- [TASK TO CARRY OUT]: Locate all lines in the data below that hold "FLOORING" and show them.

[DATA SUPPLIED Boundary: Start]

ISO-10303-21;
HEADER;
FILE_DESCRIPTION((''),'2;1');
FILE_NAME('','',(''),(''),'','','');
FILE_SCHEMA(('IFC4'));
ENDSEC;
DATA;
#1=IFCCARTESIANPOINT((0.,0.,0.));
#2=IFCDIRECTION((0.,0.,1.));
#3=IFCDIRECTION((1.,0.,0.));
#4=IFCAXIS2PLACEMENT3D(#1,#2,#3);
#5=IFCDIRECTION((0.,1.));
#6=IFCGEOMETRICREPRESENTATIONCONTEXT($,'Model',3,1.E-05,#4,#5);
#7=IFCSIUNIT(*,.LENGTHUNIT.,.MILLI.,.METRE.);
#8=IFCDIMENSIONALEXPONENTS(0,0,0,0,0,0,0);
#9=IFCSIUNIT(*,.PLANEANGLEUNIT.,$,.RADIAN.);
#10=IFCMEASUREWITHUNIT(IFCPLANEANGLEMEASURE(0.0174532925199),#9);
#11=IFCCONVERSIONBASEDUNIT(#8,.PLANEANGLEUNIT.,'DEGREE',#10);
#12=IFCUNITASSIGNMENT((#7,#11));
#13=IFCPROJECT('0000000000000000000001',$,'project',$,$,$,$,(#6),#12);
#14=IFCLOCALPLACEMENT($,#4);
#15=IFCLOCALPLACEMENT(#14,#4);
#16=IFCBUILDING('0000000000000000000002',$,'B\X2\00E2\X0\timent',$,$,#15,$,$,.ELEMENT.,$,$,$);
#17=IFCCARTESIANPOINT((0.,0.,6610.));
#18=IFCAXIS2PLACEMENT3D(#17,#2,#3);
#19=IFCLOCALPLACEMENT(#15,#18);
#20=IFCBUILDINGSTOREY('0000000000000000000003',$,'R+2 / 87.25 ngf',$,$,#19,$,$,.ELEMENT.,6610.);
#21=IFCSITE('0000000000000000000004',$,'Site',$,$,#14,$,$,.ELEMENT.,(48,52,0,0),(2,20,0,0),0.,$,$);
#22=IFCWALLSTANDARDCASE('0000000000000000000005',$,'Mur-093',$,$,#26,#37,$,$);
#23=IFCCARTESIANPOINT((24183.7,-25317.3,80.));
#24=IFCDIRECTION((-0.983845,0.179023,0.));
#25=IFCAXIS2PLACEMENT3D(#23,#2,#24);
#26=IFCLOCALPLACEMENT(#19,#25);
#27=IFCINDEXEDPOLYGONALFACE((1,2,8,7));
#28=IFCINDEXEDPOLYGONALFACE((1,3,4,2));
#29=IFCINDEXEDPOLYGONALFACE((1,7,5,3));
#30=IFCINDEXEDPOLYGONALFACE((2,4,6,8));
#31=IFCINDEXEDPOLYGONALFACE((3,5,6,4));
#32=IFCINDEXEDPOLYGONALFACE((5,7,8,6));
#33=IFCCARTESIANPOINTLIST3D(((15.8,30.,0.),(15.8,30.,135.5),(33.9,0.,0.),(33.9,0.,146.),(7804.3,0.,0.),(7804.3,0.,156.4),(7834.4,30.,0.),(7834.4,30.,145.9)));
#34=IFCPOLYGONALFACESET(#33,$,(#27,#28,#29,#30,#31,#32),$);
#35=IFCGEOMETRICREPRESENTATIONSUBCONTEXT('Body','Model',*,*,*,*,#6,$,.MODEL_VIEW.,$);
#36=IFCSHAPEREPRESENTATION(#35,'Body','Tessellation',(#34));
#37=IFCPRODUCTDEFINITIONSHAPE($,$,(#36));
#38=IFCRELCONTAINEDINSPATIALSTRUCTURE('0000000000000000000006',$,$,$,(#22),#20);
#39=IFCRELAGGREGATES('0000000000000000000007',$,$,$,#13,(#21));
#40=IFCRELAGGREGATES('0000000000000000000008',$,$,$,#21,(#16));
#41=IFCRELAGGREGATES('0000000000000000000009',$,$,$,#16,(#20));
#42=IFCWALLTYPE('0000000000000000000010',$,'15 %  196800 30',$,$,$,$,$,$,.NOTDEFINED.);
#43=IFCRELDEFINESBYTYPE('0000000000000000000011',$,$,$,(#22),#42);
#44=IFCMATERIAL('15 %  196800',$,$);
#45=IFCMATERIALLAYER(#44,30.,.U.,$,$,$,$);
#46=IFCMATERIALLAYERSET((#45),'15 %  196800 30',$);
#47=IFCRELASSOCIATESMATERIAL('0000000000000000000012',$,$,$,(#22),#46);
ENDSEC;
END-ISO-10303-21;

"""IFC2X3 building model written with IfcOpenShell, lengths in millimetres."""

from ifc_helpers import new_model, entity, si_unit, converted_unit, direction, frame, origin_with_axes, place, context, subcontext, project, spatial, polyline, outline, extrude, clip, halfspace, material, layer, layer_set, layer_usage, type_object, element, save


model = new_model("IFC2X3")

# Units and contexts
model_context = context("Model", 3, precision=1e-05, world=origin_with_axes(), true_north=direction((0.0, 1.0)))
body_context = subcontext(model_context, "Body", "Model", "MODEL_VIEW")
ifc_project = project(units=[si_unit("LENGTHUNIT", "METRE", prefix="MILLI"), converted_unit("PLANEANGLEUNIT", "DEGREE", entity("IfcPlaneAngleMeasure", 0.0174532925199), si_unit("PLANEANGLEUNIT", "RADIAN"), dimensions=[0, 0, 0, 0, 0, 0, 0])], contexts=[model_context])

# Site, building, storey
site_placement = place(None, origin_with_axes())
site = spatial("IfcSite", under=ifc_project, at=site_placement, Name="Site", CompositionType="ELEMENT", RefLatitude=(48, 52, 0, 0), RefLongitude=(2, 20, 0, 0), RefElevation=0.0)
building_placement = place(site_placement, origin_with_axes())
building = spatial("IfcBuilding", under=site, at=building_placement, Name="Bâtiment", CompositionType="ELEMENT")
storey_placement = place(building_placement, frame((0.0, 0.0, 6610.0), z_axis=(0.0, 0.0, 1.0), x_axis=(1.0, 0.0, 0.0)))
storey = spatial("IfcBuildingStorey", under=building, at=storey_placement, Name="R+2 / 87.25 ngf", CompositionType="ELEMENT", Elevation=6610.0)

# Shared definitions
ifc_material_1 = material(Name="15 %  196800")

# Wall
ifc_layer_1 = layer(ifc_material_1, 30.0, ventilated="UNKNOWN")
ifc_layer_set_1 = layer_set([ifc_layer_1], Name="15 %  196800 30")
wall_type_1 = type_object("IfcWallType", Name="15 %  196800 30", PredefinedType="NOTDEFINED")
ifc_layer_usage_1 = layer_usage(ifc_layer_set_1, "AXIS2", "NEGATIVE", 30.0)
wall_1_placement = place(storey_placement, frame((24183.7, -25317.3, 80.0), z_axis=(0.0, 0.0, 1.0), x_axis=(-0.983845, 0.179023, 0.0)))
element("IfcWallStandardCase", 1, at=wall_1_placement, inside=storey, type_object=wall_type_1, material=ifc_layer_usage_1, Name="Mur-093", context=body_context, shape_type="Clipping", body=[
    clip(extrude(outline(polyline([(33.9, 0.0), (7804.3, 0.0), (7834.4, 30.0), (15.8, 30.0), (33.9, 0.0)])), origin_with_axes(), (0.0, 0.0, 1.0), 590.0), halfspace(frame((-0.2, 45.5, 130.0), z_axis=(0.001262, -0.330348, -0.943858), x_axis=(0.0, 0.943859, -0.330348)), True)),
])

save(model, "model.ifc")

[DATA SUPPLIED Boundary: End]
[DATA SUPPLIED Boundary: Start]

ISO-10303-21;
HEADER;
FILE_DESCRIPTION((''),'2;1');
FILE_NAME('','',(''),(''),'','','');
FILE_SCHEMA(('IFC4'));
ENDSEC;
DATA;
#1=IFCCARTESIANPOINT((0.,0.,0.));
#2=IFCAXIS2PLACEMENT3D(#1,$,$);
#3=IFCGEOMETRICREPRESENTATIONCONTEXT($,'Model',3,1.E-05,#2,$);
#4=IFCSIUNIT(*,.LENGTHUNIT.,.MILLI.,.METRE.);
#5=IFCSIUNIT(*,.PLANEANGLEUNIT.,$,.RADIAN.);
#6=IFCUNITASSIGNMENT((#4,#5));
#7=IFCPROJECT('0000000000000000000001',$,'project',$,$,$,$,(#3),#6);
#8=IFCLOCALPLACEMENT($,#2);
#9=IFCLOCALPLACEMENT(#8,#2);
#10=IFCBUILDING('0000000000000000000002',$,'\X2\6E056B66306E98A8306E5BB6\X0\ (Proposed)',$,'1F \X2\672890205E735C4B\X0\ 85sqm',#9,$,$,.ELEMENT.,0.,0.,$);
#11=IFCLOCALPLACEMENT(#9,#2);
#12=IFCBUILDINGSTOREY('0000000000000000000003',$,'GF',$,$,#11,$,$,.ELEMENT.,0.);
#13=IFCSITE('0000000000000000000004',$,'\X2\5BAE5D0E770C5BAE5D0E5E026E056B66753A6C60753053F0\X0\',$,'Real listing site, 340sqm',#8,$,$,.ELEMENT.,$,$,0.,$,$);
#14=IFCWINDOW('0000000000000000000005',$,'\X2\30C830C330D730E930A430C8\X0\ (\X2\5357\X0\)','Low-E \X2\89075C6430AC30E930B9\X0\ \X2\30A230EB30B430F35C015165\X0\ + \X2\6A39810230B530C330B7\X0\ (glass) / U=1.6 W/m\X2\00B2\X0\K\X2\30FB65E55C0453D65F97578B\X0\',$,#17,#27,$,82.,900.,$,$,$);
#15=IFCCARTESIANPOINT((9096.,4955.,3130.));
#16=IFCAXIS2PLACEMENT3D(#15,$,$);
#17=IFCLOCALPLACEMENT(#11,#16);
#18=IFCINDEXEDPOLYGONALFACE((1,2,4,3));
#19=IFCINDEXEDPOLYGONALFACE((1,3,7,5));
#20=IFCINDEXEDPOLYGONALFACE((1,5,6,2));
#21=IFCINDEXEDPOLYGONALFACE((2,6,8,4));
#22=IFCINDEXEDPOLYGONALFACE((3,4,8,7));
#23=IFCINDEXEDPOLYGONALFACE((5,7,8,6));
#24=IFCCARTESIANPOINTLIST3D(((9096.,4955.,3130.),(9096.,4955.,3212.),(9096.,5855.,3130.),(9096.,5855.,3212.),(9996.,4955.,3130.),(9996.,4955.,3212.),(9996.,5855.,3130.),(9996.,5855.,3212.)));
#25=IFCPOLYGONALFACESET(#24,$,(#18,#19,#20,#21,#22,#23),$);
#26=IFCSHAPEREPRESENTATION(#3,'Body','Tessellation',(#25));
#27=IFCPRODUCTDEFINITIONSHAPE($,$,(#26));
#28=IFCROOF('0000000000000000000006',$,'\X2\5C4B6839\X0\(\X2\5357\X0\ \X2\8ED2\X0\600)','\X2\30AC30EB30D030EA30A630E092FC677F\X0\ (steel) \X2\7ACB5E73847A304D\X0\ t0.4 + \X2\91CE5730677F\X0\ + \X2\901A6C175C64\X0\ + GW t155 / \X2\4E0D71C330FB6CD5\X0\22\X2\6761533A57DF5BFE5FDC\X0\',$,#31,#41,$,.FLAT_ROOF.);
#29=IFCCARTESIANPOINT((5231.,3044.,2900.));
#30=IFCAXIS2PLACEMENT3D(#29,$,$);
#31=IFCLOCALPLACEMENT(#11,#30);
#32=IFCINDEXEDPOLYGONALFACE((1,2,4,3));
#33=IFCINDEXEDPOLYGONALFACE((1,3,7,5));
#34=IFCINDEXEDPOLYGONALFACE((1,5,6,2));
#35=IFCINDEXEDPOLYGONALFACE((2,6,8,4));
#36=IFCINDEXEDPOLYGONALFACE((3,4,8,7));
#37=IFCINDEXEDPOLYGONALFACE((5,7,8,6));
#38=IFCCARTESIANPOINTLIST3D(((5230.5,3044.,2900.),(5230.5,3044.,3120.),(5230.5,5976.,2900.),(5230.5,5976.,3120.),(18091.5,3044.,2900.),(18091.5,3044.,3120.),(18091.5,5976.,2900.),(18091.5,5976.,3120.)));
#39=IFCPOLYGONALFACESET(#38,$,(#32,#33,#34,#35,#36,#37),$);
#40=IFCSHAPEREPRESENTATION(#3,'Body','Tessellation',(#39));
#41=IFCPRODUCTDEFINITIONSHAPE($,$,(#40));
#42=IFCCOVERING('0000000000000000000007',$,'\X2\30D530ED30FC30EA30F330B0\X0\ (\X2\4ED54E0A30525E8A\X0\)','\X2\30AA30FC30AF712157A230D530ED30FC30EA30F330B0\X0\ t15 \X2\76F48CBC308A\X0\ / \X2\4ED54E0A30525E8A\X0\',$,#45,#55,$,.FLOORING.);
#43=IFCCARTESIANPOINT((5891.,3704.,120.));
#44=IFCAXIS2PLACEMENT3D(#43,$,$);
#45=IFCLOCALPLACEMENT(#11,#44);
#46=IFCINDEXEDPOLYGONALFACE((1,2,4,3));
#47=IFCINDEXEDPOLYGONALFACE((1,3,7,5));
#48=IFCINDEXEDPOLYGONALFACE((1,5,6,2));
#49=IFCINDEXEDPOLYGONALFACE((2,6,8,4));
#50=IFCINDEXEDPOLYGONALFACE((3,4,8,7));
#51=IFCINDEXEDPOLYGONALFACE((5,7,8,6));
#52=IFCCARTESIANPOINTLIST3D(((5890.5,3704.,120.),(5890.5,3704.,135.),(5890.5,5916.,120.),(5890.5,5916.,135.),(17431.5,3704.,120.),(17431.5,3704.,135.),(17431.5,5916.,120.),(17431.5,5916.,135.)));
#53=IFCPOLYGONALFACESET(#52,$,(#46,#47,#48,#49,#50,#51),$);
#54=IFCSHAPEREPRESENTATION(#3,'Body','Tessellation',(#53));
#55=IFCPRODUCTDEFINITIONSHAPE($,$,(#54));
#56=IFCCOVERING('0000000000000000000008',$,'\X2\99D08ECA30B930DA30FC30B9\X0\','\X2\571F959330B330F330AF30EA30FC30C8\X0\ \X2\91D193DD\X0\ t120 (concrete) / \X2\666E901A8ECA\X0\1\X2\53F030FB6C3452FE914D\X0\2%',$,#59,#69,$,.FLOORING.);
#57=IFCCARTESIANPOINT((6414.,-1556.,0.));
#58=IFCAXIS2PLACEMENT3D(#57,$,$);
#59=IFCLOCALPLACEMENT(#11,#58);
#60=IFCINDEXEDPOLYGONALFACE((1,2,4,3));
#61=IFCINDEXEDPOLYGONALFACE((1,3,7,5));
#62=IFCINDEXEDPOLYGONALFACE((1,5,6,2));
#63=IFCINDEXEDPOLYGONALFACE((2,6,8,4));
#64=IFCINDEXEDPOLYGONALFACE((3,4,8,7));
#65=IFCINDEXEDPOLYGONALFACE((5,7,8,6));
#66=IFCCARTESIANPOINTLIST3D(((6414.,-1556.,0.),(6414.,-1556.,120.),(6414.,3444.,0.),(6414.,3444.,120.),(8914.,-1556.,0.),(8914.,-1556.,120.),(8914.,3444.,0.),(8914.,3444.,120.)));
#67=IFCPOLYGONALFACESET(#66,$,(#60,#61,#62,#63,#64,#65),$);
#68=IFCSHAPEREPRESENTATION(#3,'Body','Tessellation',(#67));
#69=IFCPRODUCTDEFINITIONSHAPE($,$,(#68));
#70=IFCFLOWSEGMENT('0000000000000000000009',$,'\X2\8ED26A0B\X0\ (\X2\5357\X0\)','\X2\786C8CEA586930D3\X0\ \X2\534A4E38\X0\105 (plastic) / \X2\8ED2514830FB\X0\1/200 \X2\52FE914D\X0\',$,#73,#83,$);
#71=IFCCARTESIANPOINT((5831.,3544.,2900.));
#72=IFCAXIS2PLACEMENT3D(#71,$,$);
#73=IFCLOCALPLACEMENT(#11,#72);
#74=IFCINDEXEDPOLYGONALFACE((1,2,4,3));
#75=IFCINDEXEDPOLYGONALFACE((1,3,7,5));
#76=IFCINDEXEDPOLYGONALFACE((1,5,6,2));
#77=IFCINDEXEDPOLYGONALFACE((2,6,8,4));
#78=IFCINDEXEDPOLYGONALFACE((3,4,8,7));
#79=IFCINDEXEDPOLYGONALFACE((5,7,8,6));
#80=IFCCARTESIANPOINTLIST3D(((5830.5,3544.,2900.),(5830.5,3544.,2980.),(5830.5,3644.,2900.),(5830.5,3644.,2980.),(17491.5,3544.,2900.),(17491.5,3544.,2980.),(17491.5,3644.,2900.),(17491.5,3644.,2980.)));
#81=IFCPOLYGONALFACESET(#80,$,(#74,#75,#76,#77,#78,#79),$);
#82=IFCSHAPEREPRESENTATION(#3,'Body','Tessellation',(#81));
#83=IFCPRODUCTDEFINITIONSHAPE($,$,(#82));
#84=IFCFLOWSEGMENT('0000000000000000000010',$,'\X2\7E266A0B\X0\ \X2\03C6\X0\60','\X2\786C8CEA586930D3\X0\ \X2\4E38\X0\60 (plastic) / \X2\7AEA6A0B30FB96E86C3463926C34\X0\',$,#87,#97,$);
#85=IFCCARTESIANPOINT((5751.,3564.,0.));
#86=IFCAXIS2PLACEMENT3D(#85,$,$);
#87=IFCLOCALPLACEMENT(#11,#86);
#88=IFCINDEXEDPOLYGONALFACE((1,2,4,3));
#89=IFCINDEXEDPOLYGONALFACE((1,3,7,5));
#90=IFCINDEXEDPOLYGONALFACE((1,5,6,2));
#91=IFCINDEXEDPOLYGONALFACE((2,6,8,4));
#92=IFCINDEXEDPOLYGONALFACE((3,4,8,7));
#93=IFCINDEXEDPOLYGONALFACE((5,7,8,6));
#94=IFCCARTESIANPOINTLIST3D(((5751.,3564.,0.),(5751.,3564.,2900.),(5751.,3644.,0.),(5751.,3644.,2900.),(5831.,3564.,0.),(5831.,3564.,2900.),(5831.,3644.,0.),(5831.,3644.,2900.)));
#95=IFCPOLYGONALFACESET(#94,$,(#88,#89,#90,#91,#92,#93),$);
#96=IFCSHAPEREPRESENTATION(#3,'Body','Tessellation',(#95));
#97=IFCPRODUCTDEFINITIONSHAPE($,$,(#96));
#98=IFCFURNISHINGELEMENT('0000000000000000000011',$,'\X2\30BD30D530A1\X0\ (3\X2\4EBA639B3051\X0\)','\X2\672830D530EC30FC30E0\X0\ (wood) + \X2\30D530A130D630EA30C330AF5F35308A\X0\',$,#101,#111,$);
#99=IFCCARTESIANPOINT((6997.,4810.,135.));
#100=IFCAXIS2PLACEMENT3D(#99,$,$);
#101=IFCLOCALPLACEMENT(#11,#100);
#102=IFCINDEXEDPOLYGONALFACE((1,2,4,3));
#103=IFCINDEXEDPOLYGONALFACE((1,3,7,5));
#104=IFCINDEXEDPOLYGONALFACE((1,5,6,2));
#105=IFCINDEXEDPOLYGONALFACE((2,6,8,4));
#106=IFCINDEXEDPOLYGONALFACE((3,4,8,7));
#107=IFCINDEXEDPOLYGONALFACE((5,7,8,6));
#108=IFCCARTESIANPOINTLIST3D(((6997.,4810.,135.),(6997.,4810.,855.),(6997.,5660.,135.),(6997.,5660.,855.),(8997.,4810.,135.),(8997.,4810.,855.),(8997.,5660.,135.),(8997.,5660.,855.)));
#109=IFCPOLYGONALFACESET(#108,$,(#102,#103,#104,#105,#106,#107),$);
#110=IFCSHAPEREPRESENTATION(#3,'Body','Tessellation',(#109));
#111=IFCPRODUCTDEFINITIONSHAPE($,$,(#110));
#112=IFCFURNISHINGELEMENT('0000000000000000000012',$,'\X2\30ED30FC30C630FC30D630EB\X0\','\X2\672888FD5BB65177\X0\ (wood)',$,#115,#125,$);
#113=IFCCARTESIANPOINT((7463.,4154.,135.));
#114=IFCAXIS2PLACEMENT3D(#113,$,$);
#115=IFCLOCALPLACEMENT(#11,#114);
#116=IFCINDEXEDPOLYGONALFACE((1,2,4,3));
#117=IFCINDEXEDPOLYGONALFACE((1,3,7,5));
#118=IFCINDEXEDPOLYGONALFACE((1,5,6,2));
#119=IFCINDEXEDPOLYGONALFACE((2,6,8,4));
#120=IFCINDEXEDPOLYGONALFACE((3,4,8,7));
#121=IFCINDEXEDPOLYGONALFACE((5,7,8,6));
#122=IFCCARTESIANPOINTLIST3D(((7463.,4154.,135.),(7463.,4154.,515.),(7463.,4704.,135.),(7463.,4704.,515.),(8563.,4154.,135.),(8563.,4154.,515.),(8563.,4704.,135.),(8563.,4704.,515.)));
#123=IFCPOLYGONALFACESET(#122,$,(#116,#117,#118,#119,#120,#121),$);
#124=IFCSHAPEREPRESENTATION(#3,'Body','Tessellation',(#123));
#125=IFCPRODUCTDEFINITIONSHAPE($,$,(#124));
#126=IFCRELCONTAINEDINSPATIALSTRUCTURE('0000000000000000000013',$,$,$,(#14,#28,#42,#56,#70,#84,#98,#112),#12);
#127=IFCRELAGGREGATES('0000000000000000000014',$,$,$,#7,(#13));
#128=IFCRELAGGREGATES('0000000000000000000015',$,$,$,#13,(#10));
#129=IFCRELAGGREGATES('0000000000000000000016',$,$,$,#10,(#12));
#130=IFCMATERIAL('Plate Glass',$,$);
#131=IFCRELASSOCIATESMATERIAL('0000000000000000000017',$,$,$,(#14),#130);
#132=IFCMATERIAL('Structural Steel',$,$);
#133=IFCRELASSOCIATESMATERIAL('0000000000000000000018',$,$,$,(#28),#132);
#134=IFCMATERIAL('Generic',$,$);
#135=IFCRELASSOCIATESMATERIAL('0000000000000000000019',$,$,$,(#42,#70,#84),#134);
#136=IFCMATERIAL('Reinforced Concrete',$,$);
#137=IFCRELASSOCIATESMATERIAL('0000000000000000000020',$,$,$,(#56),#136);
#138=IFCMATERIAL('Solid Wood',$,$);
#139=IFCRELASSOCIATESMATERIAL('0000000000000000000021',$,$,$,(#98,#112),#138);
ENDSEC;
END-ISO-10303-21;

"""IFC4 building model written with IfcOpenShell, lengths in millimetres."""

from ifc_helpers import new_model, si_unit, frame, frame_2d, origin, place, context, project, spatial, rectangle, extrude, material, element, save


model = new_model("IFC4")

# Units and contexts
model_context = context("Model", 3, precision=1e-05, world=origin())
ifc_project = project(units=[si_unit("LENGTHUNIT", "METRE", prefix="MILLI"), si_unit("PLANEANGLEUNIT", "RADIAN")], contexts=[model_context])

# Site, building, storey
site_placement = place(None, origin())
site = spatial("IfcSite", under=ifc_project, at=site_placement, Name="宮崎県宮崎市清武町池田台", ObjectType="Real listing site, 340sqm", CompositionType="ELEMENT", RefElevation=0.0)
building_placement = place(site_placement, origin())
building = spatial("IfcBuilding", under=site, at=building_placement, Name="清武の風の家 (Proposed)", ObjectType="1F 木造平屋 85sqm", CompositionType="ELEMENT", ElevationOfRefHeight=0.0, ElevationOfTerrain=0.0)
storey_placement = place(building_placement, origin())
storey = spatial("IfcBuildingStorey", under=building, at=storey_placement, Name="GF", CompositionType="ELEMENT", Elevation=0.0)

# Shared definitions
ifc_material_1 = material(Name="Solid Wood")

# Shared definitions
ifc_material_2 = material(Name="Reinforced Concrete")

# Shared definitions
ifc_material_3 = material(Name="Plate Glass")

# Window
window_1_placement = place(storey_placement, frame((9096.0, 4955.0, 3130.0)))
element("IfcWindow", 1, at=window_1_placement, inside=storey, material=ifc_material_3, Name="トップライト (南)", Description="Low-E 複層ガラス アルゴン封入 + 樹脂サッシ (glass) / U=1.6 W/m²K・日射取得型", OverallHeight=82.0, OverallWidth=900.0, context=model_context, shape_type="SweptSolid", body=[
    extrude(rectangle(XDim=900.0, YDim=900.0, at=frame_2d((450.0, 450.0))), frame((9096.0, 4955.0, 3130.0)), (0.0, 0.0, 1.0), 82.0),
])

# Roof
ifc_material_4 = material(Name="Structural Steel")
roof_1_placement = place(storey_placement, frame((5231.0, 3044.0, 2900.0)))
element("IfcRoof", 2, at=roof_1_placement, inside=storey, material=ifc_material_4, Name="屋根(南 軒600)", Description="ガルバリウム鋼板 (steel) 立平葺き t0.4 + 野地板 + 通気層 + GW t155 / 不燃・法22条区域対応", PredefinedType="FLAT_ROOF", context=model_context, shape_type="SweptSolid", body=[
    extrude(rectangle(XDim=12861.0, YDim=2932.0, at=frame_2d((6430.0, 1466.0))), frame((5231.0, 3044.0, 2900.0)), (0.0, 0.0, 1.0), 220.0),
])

[DATA SUPPLIED Boundary: End]

- [RESPONSE]:
#42=IFCCOVERING('0000000000000000000007',$,'\X2\30D530ED30FC30EA30F330B0\X0\ (\X2\4ED54E0A30525E8A\X0\)','\X2\30AA30FC30AF712157A230D530ED30FC30EA30F330B0\X0\ t15 \X2\76F48CBC308A\X0\ / \X2\4ED54E0A30525E8A\X0\',$,#45,#55,$,.FLOORING.);
#56=IFCCOVERING('0000000000000000000008',$,'\X2\99D08ECA30B930DA30FC30B9\X0\','\X2\571F959330B330F330AF30EA30FC30C8\X0\ \X2\91D193DD\X0\ t120 (concrete) / \X2\666E901A8ECA\X0\1\X2\53F030FB6C3452FE914D\X0\2%',$,#59,#69,$,.FLOORING.);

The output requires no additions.